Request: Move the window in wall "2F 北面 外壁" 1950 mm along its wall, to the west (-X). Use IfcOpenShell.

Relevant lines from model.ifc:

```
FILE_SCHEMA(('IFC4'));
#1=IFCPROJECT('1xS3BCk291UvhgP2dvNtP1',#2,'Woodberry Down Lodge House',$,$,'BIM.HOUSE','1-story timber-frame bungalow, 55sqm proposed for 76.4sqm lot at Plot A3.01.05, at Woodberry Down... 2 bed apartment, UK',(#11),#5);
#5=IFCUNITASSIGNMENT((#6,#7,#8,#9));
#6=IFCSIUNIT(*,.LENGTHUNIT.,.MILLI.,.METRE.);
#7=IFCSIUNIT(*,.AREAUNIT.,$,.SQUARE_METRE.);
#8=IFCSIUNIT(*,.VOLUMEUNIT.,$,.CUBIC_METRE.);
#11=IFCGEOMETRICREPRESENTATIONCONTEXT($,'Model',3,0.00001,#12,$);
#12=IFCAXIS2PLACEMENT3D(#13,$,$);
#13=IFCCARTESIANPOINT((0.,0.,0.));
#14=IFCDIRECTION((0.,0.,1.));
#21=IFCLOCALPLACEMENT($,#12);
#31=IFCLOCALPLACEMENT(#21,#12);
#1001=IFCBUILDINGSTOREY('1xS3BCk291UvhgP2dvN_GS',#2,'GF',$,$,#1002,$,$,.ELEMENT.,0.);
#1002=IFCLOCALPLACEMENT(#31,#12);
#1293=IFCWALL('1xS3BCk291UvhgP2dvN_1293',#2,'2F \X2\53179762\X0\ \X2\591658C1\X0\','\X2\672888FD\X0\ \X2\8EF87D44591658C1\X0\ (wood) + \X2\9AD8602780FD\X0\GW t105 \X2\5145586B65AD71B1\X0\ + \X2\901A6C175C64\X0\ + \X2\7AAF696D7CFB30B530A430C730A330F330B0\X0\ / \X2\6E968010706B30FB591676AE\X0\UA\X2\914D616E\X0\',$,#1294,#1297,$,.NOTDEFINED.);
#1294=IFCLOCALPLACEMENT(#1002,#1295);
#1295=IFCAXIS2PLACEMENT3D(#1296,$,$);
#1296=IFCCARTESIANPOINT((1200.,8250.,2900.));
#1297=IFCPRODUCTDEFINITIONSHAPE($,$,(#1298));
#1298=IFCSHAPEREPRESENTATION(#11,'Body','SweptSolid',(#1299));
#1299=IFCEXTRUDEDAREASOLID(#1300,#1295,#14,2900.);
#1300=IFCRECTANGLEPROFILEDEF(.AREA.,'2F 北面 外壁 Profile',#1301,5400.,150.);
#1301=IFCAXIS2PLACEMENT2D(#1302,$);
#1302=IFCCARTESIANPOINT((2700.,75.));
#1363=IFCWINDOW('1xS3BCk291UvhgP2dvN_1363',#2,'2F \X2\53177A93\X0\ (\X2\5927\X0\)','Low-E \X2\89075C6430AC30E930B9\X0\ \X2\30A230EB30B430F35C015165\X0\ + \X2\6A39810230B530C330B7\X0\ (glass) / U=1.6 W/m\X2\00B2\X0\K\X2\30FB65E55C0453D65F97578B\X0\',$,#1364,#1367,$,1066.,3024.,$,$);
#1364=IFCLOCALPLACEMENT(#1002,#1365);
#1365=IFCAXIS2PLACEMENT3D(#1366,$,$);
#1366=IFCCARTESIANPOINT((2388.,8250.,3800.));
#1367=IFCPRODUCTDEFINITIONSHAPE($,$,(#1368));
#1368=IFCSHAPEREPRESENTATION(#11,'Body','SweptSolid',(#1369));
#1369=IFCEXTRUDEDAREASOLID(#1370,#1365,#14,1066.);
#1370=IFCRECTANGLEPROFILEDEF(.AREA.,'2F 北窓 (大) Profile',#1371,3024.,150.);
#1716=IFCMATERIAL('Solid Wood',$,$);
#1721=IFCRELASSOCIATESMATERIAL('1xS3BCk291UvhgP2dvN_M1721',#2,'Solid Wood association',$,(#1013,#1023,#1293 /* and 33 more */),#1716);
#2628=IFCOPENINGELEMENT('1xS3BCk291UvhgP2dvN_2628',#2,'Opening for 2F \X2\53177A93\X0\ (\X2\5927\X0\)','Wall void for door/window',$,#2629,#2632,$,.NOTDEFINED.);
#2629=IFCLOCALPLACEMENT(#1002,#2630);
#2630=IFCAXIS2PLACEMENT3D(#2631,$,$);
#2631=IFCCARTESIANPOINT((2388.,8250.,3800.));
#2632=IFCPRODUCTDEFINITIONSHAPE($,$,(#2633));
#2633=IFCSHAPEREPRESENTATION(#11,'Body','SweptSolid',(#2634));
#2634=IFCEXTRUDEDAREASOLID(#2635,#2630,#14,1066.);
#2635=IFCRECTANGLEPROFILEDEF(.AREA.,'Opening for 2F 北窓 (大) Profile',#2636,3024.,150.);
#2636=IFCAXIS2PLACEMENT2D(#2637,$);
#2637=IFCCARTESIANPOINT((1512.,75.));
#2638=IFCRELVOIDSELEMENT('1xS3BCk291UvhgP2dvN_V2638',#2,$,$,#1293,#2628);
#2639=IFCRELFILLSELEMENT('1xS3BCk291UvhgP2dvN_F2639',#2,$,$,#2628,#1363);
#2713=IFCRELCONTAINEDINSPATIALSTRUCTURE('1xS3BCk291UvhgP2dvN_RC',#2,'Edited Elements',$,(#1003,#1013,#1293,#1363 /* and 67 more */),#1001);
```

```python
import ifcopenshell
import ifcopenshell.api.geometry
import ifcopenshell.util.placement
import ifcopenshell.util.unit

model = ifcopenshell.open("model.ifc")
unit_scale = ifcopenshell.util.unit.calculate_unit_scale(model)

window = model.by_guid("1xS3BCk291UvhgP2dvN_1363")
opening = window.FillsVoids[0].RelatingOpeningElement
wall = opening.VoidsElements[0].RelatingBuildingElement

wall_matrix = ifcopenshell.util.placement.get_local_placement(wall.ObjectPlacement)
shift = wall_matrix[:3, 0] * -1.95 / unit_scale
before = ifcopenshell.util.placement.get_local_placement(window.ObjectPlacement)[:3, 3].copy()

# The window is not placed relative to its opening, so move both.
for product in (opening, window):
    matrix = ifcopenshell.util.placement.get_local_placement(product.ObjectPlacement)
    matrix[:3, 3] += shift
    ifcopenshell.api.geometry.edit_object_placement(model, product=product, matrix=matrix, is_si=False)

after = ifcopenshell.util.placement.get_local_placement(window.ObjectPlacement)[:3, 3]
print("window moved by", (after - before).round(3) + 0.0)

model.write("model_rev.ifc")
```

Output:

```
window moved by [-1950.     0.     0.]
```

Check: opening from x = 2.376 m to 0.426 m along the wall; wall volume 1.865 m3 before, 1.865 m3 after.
______
Find the string "Profile" in the data. Report each line it appears in.

#1300=IFCRECTANGLEPROFILEDEF(.AREA.,'2F 北面 外壁 Profile',#1301,5400.,150.);
#1370=IFCRECTANGLEPROFILEDEF(.AREA.,'2F 北窓 (大) Profile',#1371,3024.,150.);
#2635=IFCRECTANGLEPROFILEDEF(.AREA.,'Opening for 2F 北窓 (大) Profile',#2636,3024.,150.);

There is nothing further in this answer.